[To do]: Within the records, which lines hold the string "IFCINDEXEDPOLYGONALFACEWITHVOIDS"? Report each one by copying it.

^^^^^^^^

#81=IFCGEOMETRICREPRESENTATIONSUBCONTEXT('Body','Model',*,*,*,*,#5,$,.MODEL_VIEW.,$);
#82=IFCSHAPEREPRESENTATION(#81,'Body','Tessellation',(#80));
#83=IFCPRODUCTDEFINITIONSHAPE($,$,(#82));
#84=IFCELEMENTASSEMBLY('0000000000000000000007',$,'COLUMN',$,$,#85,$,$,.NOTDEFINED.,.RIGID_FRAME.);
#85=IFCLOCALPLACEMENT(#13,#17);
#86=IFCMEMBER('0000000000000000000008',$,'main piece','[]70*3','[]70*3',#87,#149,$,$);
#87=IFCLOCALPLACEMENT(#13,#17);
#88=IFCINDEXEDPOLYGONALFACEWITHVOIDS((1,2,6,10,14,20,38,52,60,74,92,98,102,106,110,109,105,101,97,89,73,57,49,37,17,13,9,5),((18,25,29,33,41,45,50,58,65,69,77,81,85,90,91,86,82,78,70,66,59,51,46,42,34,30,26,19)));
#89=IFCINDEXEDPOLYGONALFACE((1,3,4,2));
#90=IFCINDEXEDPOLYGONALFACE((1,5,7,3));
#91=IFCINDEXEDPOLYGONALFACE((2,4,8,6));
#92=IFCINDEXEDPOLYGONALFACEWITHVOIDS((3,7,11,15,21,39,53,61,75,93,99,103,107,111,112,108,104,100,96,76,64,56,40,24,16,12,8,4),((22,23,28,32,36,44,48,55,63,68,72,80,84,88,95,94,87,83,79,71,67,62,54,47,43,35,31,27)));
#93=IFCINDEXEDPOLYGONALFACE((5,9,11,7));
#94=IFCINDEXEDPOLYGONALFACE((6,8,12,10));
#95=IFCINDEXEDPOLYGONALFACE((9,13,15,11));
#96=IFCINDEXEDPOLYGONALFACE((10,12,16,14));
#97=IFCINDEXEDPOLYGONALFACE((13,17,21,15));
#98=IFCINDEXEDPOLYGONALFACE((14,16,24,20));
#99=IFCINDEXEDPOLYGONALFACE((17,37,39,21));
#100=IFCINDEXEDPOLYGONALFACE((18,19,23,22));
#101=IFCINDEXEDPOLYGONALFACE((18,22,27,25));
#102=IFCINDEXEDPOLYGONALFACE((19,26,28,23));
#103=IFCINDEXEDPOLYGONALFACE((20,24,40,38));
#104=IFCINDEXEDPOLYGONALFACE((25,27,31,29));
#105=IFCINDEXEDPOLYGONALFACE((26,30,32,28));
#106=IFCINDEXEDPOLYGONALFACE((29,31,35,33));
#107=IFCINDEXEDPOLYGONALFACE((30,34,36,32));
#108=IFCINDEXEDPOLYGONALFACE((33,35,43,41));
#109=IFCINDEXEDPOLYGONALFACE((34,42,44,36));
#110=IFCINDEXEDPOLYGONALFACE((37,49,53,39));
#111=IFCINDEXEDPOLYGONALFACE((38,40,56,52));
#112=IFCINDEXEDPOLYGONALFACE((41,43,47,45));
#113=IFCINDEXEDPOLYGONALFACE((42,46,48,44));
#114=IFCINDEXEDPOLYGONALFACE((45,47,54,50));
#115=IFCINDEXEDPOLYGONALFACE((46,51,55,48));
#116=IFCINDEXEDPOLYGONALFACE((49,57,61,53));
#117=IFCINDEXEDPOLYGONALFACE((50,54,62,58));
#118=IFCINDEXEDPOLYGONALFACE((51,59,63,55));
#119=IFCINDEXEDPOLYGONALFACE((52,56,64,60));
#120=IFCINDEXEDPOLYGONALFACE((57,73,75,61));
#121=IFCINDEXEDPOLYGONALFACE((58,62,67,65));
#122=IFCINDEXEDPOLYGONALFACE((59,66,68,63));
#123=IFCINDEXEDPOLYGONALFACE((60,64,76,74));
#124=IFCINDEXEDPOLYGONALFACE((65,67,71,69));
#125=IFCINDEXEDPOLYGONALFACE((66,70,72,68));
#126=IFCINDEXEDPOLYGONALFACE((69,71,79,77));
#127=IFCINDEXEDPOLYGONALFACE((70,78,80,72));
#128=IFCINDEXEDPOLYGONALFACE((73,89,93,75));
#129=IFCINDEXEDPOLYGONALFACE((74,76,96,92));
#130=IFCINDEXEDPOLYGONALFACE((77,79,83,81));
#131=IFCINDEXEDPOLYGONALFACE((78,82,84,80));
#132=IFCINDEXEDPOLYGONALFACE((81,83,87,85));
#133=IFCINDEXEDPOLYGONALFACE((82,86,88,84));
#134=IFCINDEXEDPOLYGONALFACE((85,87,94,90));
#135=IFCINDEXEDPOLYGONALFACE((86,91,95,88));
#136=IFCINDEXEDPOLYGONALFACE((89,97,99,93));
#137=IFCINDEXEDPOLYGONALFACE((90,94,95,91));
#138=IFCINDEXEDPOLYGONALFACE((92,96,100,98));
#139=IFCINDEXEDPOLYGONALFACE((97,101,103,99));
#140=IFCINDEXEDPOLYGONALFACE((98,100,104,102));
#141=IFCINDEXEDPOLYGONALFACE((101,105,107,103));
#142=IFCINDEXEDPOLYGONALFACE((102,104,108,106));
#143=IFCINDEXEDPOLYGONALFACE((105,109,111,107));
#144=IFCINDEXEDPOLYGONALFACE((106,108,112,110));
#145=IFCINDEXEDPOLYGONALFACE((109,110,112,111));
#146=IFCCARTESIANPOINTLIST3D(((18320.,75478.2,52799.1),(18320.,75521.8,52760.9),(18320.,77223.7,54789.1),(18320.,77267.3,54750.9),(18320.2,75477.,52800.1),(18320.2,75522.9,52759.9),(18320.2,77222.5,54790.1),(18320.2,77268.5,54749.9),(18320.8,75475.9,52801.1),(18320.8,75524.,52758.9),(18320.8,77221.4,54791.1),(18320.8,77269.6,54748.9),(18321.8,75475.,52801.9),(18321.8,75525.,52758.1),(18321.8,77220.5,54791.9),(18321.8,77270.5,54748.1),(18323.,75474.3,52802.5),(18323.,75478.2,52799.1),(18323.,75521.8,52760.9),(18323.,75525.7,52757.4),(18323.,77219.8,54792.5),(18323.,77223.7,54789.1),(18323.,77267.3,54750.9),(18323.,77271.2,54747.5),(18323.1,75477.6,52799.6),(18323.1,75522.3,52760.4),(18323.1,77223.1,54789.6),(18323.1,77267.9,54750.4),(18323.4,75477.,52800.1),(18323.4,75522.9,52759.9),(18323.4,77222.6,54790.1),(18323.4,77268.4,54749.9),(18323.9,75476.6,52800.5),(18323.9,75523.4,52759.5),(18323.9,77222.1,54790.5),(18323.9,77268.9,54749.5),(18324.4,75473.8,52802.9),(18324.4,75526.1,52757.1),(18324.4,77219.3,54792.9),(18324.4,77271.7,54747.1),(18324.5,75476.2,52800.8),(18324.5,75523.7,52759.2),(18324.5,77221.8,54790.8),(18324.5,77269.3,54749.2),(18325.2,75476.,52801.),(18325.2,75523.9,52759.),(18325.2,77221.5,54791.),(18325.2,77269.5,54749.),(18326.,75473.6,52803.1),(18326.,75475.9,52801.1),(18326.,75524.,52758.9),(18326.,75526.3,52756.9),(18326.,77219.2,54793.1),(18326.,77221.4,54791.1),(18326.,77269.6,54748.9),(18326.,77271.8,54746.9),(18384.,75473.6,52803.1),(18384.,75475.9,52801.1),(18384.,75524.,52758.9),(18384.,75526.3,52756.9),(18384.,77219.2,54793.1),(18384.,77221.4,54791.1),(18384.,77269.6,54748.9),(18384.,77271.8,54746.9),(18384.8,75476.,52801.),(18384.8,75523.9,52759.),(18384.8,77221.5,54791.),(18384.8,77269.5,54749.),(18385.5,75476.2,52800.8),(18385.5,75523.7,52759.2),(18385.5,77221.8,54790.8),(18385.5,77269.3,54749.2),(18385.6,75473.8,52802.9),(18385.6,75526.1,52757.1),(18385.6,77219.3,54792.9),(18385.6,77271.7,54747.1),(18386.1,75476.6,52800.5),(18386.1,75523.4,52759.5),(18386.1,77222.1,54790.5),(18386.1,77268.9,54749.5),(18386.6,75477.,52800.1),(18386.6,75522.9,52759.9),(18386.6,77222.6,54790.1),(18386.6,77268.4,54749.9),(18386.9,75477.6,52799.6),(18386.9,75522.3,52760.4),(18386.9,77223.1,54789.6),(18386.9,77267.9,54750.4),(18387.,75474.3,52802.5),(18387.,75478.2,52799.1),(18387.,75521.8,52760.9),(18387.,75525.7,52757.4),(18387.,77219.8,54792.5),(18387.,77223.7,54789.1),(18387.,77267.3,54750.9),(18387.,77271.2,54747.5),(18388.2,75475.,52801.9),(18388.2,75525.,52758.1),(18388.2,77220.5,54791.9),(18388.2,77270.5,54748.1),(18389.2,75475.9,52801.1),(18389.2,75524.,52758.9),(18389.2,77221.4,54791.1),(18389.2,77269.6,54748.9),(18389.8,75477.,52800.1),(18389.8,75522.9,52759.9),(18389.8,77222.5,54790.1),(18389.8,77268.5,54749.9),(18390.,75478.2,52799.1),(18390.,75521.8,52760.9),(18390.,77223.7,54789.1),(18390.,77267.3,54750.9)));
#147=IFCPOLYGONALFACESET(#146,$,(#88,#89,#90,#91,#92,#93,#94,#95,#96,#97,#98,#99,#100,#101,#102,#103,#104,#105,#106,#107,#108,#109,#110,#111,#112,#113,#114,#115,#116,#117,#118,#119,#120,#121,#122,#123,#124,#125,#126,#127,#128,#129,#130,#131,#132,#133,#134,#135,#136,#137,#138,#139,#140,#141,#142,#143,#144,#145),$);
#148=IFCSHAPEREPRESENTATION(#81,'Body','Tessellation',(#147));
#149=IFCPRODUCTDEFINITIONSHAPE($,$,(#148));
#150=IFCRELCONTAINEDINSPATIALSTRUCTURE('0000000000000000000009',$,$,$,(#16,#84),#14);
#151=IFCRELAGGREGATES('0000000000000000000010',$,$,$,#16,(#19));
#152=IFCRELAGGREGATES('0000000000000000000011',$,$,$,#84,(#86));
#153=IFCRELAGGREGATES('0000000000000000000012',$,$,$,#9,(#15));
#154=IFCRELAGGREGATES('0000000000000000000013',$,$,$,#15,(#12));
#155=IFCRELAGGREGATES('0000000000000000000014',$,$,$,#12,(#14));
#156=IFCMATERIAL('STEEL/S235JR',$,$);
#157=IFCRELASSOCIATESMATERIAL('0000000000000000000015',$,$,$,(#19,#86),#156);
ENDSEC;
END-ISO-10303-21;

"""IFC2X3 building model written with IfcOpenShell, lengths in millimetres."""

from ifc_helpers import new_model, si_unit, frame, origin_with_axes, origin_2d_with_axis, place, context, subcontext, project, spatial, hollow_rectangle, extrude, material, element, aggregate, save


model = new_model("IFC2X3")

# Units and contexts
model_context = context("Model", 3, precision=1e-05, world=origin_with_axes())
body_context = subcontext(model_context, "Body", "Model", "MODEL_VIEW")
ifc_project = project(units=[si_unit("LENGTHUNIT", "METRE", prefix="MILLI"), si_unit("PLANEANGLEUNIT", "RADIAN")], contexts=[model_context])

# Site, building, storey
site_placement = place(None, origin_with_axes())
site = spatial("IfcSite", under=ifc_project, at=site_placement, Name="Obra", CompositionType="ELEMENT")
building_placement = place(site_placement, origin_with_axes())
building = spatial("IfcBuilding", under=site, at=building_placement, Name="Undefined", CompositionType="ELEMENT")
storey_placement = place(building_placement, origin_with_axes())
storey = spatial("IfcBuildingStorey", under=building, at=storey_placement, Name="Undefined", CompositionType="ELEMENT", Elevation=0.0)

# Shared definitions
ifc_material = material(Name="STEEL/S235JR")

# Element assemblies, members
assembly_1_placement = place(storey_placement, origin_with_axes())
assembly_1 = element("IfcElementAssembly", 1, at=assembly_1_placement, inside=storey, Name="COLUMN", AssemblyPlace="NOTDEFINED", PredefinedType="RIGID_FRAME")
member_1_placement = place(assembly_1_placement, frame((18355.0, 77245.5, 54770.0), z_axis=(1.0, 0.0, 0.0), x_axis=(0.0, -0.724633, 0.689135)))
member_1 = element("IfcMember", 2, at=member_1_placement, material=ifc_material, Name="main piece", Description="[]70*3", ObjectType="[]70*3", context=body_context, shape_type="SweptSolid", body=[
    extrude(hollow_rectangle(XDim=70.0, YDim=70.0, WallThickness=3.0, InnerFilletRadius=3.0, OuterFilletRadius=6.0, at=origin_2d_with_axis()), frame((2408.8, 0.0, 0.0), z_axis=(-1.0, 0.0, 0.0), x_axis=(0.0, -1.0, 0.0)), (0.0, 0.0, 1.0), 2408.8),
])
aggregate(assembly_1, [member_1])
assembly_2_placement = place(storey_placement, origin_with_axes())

^^^^^^^^

[Expected answer]:
#88=IFCINDEXEDPOLYGONALFACEWITHVOIDS((1,2,6,10,14,20,38,52,60,74,92,98,102,106,110,109,105,101,97,89,73,57,49,37,17,13,9,5),((18,25,29,33,41,45,50,58,65,69,77,81,85,90,91,86,82,78,70,66,59,51,46,42,34,30,26,19)));
#92=IFCINDEXEDPOLYGONALFACEWITHVOIDS((3,7,11,15,21,39,53,61,75,93,99,103,107,111,112,108,104,100,96,76,64,56,40,24,16,12,8,4),((22,23,28,32,36,44,48,55,63,68,72,80,84,88,95,94,87,83,79,71,67,62,54,47,43,35,31,27)));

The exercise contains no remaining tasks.